Exercise prompt
The answer must be every line of the records in which the string "wood" appears.

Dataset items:
◇ ◇ ◇ ◇

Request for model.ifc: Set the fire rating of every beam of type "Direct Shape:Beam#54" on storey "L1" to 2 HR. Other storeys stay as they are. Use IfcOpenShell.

First a look at what the model holds.

```python
import ifcopenshell
import ifcopenshell.util.element

model = ifcopenshell.open("model.ifc")
print(model.schema)
storey = next(s for s in model.by_type("IfcBuildingStorey") if s.Name == "L1")
beams = [e for e in ifcopenshell.util.element.get_decomposition(storey) if e.is_a("IfcBeam")]
seen = {}
for e in beams:
    element_type = ifcopenshell.util.element.get_type(e)
    key = (element_type.Name if element_type != e and element_type else None, ifcopenshell.util.element.get_pset(e, "Pset_BeamCommon", "FireRating"))
    seen[key] = seen.get(key, 0) + 1
for (name, value), count in sorted(seen.items(), key=str):
    print(count, "x", name, "|", value)
```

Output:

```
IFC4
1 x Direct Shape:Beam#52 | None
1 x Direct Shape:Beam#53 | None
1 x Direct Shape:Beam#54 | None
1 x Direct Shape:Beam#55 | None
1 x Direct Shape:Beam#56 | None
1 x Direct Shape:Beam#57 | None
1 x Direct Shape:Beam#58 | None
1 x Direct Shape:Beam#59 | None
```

```python
import ifcopenshell
import ifcopenshell.api.pset
import ifcopenshell.util.element

model = ifcopenshell.open("model.ifc")

storey = next(s for s in model.by_type("IfcBuildingStorey") if s.Name == "L1")
beams = [e for e in ifcopenshell.util.element.get_decomposition(storey) if e.is_a("IfcBeam")]

count = 0
for e in beams:
    element_type = ifcopenshell.util.element.get_type(e)
    if element_type in (None, e) or element_type.Name != "Direct Shape:Beam#54":
        continue
    # add_pset returns the element's existing set when there is one.
    pset = ifcopenshell.api.pset.add_pset(model, product=e, name="Pset_BeamCommon")
    ifcopenshell.api.pset.edit_pset(model, pset=pset, properties={"FireRating": "2 HR"})
    count += 1

print(count, "beams updated")

model.write("model_v2.ifc")
```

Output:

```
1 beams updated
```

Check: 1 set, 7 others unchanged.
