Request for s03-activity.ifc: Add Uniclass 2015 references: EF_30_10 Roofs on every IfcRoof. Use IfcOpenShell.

First a look at what the model holds.

```python
import ifcopenshell

model = ifcopenshell.open("s03-activity.ifc")
print(model.schema)
print("classifications:", [c.Name for c in model.by_type("IfcClassification")])
for ifc_class in ("IfcDoor", "IfcRoof", "IfcStair", "IfcWall", "IfcWindow"):
    print(ifc_class, len(model.by_type(ifc_class)))
```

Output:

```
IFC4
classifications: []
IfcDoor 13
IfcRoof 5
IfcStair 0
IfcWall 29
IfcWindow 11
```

```python
import ifcopenshell
import ifcopenshell.api.classification

model = ifcopenshell.open("s03-activity.ifc")

system = ifcopenshell.api.classification.add_classification(model, classification="Uniclass 2015")

codes = {
    "IfcRoof": ("EF_30_10", "Roofs"),
}
for ifc_class, (code, name) in codes.items():
    products = model.by_type(ifc_class)
    ifcopenshell.api.classification.add_reference(
        model, products=products, classification=system, identification=code, name=name
    )
    print(code, len(products))

model.write("s03-activity_v2.ifc")
```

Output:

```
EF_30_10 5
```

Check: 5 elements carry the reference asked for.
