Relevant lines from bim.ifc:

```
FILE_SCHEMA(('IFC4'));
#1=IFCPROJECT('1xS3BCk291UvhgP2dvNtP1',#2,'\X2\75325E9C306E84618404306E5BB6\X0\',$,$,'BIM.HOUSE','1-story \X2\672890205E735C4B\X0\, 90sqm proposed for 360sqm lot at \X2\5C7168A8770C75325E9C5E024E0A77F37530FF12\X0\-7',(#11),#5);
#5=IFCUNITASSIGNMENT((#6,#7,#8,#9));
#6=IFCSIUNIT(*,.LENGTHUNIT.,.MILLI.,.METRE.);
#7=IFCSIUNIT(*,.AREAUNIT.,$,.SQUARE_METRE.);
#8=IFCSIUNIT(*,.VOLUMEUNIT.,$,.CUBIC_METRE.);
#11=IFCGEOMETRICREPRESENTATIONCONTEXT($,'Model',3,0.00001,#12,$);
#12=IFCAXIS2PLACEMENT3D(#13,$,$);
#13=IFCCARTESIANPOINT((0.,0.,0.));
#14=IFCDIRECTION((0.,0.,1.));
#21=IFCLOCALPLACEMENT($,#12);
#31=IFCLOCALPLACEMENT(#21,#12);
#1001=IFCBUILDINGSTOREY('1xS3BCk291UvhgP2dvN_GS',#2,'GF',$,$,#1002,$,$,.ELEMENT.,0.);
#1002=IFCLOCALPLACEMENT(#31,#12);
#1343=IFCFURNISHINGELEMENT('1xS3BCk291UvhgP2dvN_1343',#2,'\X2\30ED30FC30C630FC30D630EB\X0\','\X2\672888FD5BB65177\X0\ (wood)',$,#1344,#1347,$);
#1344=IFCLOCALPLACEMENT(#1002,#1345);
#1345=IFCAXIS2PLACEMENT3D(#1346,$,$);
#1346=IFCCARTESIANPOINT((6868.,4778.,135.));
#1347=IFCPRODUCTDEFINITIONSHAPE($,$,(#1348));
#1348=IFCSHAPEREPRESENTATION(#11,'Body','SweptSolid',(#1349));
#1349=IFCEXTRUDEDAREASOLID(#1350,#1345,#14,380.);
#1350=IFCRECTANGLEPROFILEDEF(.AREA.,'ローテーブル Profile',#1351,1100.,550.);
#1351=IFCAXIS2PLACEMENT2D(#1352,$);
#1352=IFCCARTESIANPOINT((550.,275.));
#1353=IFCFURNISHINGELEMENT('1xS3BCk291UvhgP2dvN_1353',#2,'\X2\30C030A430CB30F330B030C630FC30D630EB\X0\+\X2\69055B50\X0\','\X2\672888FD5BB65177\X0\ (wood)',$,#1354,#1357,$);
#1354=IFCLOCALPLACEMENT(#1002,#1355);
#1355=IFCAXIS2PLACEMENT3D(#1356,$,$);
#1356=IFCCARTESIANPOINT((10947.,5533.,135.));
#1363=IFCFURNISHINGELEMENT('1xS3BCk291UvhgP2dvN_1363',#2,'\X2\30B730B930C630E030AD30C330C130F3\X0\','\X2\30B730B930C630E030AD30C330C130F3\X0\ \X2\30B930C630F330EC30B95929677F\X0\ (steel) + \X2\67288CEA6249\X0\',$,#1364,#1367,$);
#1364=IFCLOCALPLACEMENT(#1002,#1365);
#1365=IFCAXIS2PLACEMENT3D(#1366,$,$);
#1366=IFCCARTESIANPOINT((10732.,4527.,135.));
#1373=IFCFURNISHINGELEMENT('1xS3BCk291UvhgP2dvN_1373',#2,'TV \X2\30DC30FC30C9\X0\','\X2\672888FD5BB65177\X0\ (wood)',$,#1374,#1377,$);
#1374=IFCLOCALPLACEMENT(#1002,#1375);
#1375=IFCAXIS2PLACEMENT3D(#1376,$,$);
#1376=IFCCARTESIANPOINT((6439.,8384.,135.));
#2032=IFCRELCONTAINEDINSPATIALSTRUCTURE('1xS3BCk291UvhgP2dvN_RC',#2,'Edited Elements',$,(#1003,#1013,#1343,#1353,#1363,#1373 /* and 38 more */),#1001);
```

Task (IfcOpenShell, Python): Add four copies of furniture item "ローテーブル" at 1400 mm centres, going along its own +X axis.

```python
import ifcopenshell
import ifcopenshell.api.geometry
import ifcopenshell.api.root
import ifcopenshell.util.element
import ifcopenshell.util.placement
import ifcopenshell.util.unit

model = ifcopenshell.open("bim.ifc")
unit_scale = ifcopenshell.util.unit.calculate_unit_scale(model)


def reuse_history(source, copy):
    """copy_class also copies each property set's owner history, people and application; keep the originals."""
    for rel in copy.IsDefinedBy:
        if rel.is_a("IfcRelDefinesByProperties") and (history := rel.RelatingPropertyDefinition.OwnerHistory):
            rel.RelatingPropertyDefinition.OwnerHistory = source.OwnerHistory
            ifcopenshell.util.element.remove_deep2(model, history)


source = model.by_guid("1xS3BCk291UvhgP2dvN_1343")
base = ifcopenshell.util.placement.get_local_placement(source.ObjectPlacement)
step = base[:3, 0] * 1.4 / unit_scale

for i in range(1, 5):
    copy = ifcopenshell.api.root.copy_class(model, product=source)
    copy.Representation = ifcopenshell.util.element.copy_deep(
        model, source.Representation, exclude=["IfcGeometricRepresentationContext", "IfcRepresentationMap"]
    )
    reuse_history(source, copy)
    matrix = base.copy()
    matrix[:3, 3] += i * step
    print("added at", matrix[:3, 3].round(3) + 0.0)
    ifcopenshell.api.geometry.edit_object_placement(model, product=copy, matrix=matrix, is_si=False)

model.write("bim-out.ifc")
```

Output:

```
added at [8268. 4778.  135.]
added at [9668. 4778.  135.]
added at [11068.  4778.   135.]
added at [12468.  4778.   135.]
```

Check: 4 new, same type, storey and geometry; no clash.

◇ ◇ ◇ ◇

Your response
#1343=IFCFURNISHINGELEMENT('1xS3BCk291UvhgP2dvN_1343',#2,'\X2\30ED30FC30C630FC30D630EB\X0\','\X2\672888FD5BB65177\X0\ (wood)',$,#1344,#1347,$);
#1353=IFCFURNISHINGELEMENT('1xS3BCk291UvhgP2dvN_1353',#2,'\X2\30C030A430CB30F330B030C630FC30D630EB\X0\+\X2\69055B50\X0\','\X2\672888FD5BB65177\X0\ (wood)',$,#1354,#1357,$);
#1373=IFCFURNISHINGELEMENT('1xS3BCk291UvhgP2dvN_1373',#2,'TV \X2\30DC30FC30C9\X0\','\X2\672888FD5BB65177\X0\ (wood)',$,#1374,#1377,$);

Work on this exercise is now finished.